Look, it’s not much, but it’s something. Considering the show’s structurally inhibited by its blink-and-you’ll-miss-it half-hour format, it’s a little understandable that Sex & Drugs & Rock & Roll took this long to string together an agreeable web of conflict, even if it’s still admittedly thin. Because everything so far has been supplied and resolved at face value—Johnny’s sobriety and Gigi’s stage fright, to name the obvious—there’s been nothing to truly mystify us. “What You Like Is In The Limo” appears to have flipped the switch, or at least one of them, and now finds the show at last playing with its motley crew of characters. Judging from those final looks, it would appear Gigi has no plans in passing over the dice to anyone anytime soon—and everyone knows it. With regards to priorities, this state of play could be the show’s elixir going forward.
Stray observations
- According to Rehab, “[Belgium] has been on the cutting edge of pharmaceutical drugs for 50 years.” Plan accordingly.
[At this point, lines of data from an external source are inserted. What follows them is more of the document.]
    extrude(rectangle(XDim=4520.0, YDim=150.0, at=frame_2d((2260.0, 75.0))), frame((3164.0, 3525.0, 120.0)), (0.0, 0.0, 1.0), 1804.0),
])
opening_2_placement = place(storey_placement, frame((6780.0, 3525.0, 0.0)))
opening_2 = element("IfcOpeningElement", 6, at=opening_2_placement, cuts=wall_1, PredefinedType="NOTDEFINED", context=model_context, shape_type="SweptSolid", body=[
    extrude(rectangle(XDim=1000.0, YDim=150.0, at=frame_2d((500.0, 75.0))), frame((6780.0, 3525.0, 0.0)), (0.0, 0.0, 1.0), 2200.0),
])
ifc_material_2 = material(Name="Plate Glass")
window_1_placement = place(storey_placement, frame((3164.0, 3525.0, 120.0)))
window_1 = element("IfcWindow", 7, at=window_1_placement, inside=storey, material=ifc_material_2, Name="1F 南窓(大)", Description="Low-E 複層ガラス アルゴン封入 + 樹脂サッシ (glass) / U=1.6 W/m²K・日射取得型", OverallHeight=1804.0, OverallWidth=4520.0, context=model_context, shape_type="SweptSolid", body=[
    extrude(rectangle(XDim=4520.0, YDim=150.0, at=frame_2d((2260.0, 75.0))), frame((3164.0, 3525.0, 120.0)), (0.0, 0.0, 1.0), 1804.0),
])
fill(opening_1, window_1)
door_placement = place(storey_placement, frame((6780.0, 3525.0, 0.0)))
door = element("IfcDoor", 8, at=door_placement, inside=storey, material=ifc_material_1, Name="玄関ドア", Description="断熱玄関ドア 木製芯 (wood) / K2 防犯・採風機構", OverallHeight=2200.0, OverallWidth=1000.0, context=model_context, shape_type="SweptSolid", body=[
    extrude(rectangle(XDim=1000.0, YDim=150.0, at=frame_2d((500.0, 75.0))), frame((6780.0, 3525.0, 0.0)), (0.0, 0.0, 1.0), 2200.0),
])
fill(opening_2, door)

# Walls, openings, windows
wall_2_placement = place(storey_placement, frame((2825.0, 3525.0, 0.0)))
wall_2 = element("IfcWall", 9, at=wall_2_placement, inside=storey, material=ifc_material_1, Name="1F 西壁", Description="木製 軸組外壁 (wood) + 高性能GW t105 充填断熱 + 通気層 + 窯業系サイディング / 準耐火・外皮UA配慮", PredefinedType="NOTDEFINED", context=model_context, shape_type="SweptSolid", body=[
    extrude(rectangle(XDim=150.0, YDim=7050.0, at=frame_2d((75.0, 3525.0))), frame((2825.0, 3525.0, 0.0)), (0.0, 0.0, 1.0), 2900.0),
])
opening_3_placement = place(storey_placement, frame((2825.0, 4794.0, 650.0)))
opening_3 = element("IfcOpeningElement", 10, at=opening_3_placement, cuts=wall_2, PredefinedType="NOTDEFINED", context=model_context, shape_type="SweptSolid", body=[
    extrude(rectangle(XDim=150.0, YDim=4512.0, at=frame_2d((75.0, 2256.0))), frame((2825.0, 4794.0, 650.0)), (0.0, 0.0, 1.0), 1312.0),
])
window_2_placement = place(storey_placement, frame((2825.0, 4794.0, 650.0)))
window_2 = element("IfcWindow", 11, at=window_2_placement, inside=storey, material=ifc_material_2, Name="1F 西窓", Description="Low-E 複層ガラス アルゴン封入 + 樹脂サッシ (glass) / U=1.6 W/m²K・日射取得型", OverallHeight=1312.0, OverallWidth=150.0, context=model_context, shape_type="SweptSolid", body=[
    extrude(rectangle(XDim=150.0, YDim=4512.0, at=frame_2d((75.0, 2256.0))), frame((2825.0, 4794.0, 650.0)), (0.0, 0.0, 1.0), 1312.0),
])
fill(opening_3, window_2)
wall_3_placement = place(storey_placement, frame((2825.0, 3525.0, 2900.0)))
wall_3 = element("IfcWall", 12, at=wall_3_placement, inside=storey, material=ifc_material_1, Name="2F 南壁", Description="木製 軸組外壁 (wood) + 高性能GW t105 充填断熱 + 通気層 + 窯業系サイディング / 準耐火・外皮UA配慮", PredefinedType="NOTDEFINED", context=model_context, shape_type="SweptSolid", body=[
- It’s good to see Leary poking more fun at himself. When two women in craft services mistaken Johnny for the Wedding Crashes guy, the surprise nod to Christopher Walken over Owen Wilson deserves a golf clap at least.
- This week’s mandatory Bowie reference: “I’m what happens when David Bowie meets Joe f’n Strummer,” says Johnny.
- Give Bam Bam some beer and a drum solo and he’s yours.
- It’s about time Belgium approves achievium, excellivate, and tokenderall. Yes, those are probably all spelled wrong.
- Shots fired: “Neil Young’s like 90. I don’t need a teleprompter.” Okay, Johnny.
- Gigi: “This band is so friggin’ dysfunctional it makes Metallica look like the Jonas Brothers.”
- Next up: The band goes to therapy for Some Kind Of Heathen.